La seguridad es definida como la cualidad que tienen los sujetos que están libres de amenazas o agresiones a su individualidad[1]. Este concepto ha sido uno de los elementos principales de los estudios internacionales, marcando la forma de actuar de gobiernos e instituciones políticas a lo largo de la historia. Aunque siempre ha estado presente, su relevancia como objeto de estudio aumentó sobre todo desde la concepción estado-nación como la entidad política principal del sistema internacional. En este contexto la seguridad es entendida como un instrumento de poder político que debe ser salvaguardado por aquella entidad que ejerce el control del estado, ya que hace referencia a la seguridad nacional. La seguridad en el ámbito político implica por tanto aquellas medidas adoptadas para dar respuesta a situaciones extraordinarias que no pueden ser solventadas por medidas políticas convencionales. Tradicionalmente el objeto de referencia de la seguridad ha sido el estado-nación, en concreto, sus elementos principales (territorio, población y soberanía). Como la principal causa de agresión provenía de otros estados, el concepto seguridad giraba en torno a evitar enfrentamientos militares directos.

Con el fin de la Guerra Fría, el debate sobre el concepto de seguridad se amplía puesto que se introducen nuevas perspectivas sobre la concepción del sistema internacional. Con el fin de la división entre este/oeste, las amenazas principales no provienen de otros actores del sistema, sino que se generan dentro de los propios estados. Esto permitió la inclusión de nuevas aproximaciones al término por medio de dos vías, la ampliación de contenidos (broadening) y la profundización en el término (deepening)[2]. En primer lugar, se aumentan las áreas donde el concepto de seguridad tiene cabida (broadening), incluyendo no solo la seguridad frente a amenazas militares, sino también ante pandemias o hambrunas. En segundo lugar, el objeto de referencia de la seguridad pasa de ser el estado-nación a poner el foco en el individuo o las colectividades (deeping), es decir, que lo que debe realmente ser protegido son las necesidades y condiciones de vida de las poblaciones, no tanto la integridad de los estados.
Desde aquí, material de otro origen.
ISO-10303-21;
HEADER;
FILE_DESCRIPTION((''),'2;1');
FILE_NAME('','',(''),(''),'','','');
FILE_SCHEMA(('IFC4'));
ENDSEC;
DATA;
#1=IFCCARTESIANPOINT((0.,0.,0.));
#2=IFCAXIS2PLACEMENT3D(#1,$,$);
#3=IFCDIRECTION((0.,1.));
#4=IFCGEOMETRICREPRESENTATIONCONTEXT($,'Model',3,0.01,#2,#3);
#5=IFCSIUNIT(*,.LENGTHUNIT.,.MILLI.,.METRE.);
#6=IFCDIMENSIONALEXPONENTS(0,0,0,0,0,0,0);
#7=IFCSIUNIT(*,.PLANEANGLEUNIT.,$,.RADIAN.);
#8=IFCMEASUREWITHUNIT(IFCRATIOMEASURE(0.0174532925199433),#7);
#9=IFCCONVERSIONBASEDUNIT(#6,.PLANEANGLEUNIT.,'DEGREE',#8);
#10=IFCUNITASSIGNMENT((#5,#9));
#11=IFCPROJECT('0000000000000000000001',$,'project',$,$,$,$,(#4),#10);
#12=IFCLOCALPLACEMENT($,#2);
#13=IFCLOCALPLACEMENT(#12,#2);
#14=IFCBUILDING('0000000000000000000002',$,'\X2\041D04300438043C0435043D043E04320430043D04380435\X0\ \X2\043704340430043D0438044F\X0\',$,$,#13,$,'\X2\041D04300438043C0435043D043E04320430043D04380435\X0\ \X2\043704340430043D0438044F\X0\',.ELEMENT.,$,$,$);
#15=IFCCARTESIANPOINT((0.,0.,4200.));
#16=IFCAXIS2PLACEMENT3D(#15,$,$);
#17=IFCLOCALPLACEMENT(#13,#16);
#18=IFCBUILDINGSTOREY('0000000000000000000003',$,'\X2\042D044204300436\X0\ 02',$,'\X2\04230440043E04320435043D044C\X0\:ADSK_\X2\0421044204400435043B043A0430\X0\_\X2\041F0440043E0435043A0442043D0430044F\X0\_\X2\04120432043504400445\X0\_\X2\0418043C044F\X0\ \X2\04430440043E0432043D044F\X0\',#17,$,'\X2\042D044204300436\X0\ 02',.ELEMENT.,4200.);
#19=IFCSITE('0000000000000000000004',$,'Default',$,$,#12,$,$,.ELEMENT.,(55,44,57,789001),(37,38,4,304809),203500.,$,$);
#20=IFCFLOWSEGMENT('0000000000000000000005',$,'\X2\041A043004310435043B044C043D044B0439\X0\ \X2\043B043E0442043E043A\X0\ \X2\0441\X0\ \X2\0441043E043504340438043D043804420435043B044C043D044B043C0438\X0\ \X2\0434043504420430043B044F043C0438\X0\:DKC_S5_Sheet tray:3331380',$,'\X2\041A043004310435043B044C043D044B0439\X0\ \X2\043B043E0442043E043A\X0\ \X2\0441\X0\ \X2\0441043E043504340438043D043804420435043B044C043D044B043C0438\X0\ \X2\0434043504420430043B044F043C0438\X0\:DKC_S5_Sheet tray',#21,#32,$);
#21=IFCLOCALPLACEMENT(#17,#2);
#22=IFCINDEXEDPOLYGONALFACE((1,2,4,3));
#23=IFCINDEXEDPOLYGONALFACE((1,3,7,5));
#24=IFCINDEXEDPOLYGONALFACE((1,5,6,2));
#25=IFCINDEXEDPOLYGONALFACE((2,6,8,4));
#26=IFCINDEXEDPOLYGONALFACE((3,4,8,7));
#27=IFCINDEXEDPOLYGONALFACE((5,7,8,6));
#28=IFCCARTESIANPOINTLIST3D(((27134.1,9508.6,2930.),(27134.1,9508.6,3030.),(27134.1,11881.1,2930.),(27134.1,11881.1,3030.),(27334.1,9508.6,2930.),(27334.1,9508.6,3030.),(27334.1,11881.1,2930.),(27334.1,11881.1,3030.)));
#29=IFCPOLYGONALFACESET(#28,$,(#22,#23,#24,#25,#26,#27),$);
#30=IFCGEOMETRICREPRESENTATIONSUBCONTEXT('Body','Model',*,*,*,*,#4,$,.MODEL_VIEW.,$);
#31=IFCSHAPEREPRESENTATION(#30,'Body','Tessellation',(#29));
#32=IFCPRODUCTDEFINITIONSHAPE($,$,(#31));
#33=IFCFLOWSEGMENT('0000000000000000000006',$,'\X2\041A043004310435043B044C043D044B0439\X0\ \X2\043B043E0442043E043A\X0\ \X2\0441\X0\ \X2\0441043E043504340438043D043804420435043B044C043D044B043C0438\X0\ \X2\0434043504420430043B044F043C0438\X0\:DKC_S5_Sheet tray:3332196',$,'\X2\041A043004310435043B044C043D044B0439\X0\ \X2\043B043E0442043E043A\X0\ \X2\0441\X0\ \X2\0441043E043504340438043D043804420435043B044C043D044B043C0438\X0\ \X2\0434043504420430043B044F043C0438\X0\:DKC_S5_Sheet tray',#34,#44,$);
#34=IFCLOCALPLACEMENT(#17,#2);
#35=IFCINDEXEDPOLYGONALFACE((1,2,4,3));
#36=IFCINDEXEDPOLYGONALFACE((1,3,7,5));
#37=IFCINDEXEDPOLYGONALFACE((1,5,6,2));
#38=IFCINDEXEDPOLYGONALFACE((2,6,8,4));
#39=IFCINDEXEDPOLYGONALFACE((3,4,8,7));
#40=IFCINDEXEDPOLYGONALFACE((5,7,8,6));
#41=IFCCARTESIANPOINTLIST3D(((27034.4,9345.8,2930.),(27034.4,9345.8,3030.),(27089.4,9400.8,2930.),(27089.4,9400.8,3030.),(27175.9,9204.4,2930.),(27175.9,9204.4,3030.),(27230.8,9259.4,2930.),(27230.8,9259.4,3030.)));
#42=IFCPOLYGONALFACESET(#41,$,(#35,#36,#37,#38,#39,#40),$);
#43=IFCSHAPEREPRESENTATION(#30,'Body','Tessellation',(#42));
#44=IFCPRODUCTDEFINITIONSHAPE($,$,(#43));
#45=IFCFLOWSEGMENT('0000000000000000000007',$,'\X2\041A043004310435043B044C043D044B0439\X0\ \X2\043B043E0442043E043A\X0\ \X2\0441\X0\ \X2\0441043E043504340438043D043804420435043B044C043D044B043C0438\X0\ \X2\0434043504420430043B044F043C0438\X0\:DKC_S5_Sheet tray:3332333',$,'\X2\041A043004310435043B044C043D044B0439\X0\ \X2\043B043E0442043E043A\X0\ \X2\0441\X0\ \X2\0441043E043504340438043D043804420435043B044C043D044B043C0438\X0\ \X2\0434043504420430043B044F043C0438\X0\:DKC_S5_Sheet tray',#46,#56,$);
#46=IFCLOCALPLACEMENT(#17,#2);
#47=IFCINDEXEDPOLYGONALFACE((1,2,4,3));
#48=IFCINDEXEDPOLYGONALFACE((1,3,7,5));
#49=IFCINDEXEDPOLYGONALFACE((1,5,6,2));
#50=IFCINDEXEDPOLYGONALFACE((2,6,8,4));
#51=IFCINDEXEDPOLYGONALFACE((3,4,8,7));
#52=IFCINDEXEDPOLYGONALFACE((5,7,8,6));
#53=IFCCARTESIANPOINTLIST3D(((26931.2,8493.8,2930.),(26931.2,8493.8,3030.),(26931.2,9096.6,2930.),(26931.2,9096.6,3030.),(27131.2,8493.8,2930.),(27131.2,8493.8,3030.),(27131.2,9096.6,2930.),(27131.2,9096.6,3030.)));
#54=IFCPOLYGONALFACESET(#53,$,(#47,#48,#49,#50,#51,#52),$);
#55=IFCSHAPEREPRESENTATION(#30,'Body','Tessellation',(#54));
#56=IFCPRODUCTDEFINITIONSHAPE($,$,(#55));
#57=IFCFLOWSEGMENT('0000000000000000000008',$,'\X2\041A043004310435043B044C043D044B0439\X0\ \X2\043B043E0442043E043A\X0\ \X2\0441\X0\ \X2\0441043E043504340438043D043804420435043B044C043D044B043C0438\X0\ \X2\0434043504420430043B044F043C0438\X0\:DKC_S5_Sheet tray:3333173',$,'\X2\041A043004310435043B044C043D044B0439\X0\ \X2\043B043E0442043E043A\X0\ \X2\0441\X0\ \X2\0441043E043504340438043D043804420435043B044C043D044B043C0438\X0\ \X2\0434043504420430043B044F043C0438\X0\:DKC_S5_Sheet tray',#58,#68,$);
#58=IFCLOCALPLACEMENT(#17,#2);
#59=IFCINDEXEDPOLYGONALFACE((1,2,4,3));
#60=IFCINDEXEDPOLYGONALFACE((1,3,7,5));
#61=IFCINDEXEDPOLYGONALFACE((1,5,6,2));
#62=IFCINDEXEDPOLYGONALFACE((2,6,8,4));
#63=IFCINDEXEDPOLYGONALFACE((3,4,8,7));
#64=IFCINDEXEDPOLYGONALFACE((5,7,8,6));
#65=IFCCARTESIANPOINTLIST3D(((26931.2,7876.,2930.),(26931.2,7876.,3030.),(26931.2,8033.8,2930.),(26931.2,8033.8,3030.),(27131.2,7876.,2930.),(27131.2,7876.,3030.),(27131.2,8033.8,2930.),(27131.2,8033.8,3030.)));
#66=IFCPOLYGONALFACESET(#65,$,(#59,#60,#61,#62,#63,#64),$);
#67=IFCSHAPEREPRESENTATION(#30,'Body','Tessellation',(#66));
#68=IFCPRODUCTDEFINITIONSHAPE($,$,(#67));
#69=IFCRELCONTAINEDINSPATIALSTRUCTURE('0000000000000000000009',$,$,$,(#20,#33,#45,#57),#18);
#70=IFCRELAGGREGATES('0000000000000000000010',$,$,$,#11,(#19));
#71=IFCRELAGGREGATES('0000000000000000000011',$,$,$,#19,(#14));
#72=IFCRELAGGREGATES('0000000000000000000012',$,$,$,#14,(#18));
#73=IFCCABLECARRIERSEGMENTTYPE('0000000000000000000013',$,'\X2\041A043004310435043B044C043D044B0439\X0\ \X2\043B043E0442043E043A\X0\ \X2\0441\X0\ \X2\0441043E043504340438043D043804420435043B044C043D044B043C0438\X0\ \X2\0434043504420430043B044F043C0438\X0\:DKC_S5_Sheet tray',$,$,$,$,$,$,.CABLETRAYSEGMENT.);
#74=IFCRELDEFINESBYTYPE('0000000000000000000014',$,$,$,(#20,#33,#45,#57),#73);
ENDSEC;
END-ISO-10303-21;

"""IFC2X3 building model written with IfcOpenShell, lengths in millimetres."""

from ifc_helpers import new_model, entity, si_unit, converted_unit, direction, frame, frame_2d, origin, origin_2d_with_axis, place, context, subcontext, project, spatial, rectangle, extrude, type_object, element, save


model = new_model("IFC2X3")

# Units and contexts
model_context = context("Model", 3, precision=0.01, world=origin(), true_north=direction((0.0, 1.0)))
body_context = subcontext(model_context, "Body", "Model", "MODEL_VIEW")
ifc_project = project(units=[si_unit("LENGTHUNIT", "METRE", prefix="MILLI"), converted_unit("PLANEANGLEUNIT", "DEGREE", entity("IfcRatioMeasure", 0.0174532925199433), si_unit("PLANEANGLEUNIT", "RADIAN"), dimensions=[0, 0, 0, 0, 0, 0, 0])], contexts=[model_context])

# Site, building, storey
site_placement = place(None, frame((0.0, 0.0, 0.0)))
site = spatial("IfcSite", under=ifc_project, at=site_placement, Name="Default", CompositionType="ELEMENT", RefLatitude=(55, 44, 57, 789001), RefLongitude=(37, 38, 4, 304809), RefElevation=203500.0)
building_placement = place(site_placement, origin())
building = spatial("IfcBuilding", under=site, at=building_placement, Name="Наименование здания", LongName="Наименование здания", CompositionType="ELEMENT")
storey_placement = place(building_placement, frame((0.0, 0.0, 4200.0)))
storey = spatial("IfcBuildingStorey", under=building, at=storey_placement, Name="Этаж 02", ObjectType="Уровень:ADSK_Стрелка_Проектная_Вверх_Имя уровня", LongName="Этаж 02", CompositionType="ELEMENT", Elevation=4200.0)

# Flow segments
cable_carrier_segment_type = type_object("IfcCableCarrierSegmentType", Name="Кабельный лоток с соединительными деталями:DKC_S5_Sheet tray", PredefinedType="CABLETRAYSEGMENT")
flow_segment_1_placement = place(storey_placement, frame((27134.1, 9508.6, 2930.0)))
element("IfcFlowSegment", 1, at=flow_segment_1_placement, inside=storey, type_object=cable_carrier_segment_type, Name="Кабельный лоток с соединительными деталями:DKC_S5_Sheet tray:3331380", ObjectType="Кабельный лоток с соединительными деталями:DKC_S5_Sheet tray", context=body_context, shape_type="SweptSolid", body=[
    extrude(rectangle(XDim=2372.5, YDim=200.0, at=origin_2d_with_axis()), frame((100.0, 1186.3, 0.0), z_axis=(0.0, 0.0, 1.0), x_axis=(0.0, -1.0, 0.0)), (0.0, 0.0, 1.0), 100.0),
])
flow_segment_2_placement = place(storey_placement, frame((27034.4, 9204.4, 2930.0)))
element("IfcFlowSegment", 2, at=flow_segment_2_placement, inside=storey, type_object=cable_carrier_segment_type, Name="Кабельный лоток с соединительными деталями:DKC_S5_Sheet tray:3332196", ObjectType="Кабельный лоток с соединительными деталями:DKC_S5_Sheet tray", context=body_context, shape_type="SweptSolid", body=[
    extrude(rectangle(XDim=77.8, YDim=200.0, at=frame_2d((0.0, 0.0), x_axis=(1.0, 0.0))), frame((98.2, 98.2, 0.0), z_axis=(0.0, 0.0, 1.0), x_axis=(-0.707107, -0.707107, 0.0)), (0.0, 0.0, 1.0), 100.0),
])
flow_segment_3_placement = place(storey_placement, frame((26931.2, 8493.8, 2930.0)))
element("IfcFlowSegment", 3, at=flow_segment_3_placement, inside=storey, type_object=cable_carrier_segment_type, Name="Кабельный лоток с соединительными деталями:DKC_S5_Sheet tray:3332333", ObjectType="Кабельный лоток с соединительными деталями:DKC_S5_Sheet tray", context=body_context, shape_type="SweptSolid", body=[
    extrude(rectangle(XDim=602.8, YDim=200.0, at=frame_2d((0.0, 0.0), x_axis=(1.0, 0.0))), frame((100.0, 301.4, 0.0), z_axis=(0.0, 0.0, 1.0), x_axis=(0.0, -1.0, 0.0)), (0.0, 0.0, 1.0), 100.0),
])
flow_segment_4_placement = place(storey_placement, frame((26931.2, 7876.0, 2930.0)))
element("IfcFlowSegment", 4, at=flow_segment_4_placement, inside=storey, type_object=cable_carrier_segment_type, Name="Кабельный лоток с соединительными деталями:DKC_S5_Sheet tray:3333173", ObjectType="Кабельный лоток с соединительными деталями:DKC_S5_Sheet tray", context=body_context, shape_type="SweptSolid", body=[
    extrude(rectangle(XDim=157.8, YDim=200.0, at=origin_2d_with_axis()), frame((100.0, 78.9, 0.0), z_axis=(0.0, 0.0, 1.0), x_axis=(0.0, -1.0, 0.0)), (0.0, 0.0, 1.0), 100.0),
])

save(model, "model.ifc")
A través de esta nueva perspectiva surgieron toda una serie de corrientes que cambiaron la percepción de la seguridad moderna. Una de las más relevantes, desarrollada por Naciones Unidas, es la llamada Seguridad Humana. Este concepto, desarrollado en los años 90’, toma como elemento de referencia a los individuos y tiene como elemento central que cambia el foco de “freedom from fear” (estar libre de temor) a “freedom from want” (estar libre de necesidad)[3]. La relación entre los estados ha dejado de ser amenazante y por tanto las instituciones de seguridad ponen el foco en salvaguardar a la población de las necesidades que provocan que vivan en riesgo. La seguridad humana amplía a 7 las áreas que deben estar incluidas bajo el paraguas de la seguridad: seguridad económica, seguridad alimentaria, seguridad de la salud, seguridad del medio ambiente, seguridad personal, seguridad comunitaria y seguridad política.


Encuesta de Percepción de Riesgos del World Economic Forum Global 2017–2018

Naciones Unidas contempla en los Objetivos de Desarrollo Sostenible (ODS) incluidos en la Agenda 2030 de Desarrollo Sostenible[4], todos los ámbitos planteados en el concepto de seguridad humana, y entre ellos destaca conseguir la paz, justicia e instituciones sólidas (objetivo 16). Entre las metas contempladas en este objetivo se encuentran, entre otros: 16.6 crear a todos los niveles instituciones eficaces y transparente que rindan cuentas, 16.7. garantizar la adopción en todos los niveles de decisiones inclusivas, participativas y representativas que respondan a las necesidades, 16.10. garantizar el acceso público a la información y proteger las libertades fundamentales de conformidad con las leyes y los acuerdos internacionales.

En la actualidad, han surgido toda una serie de problemas que amenazan la integridad democrática incluso en estados con un nivel democrático consolidado. De acuerdo al Informe de Riesgos Mundiales 2018 del Foro Económico Mundial[5], existen toda una serie de nuevas amenazas a nivel global que ponen en riesgo el correcto funcionamiento del sistema democrático. Entre ellos destacan tres amenazas relacionadas con las tecnologías de la información y la comunicación: los ciberataques, el fraude o robo de datos y la desinformación.

Según el informe de Riesgos Mundiales, los ciberataques son uno de los riesgos con mayor probabilidad de producirse (6/10 probabilidad), y con un nivel de impacto considerable (4/10 impacto). La capacidad desestabilizadora de este tipo de ataque ha sido comprobada en ocasiones anteriores (caso WannaCry). En un contexto cada vez más interconectado, las consecuencias derivadas de este tipo de ataques pueden ser incalculables, exponiendo a administraciones públicas y grandes empresas de sectores estratégicos.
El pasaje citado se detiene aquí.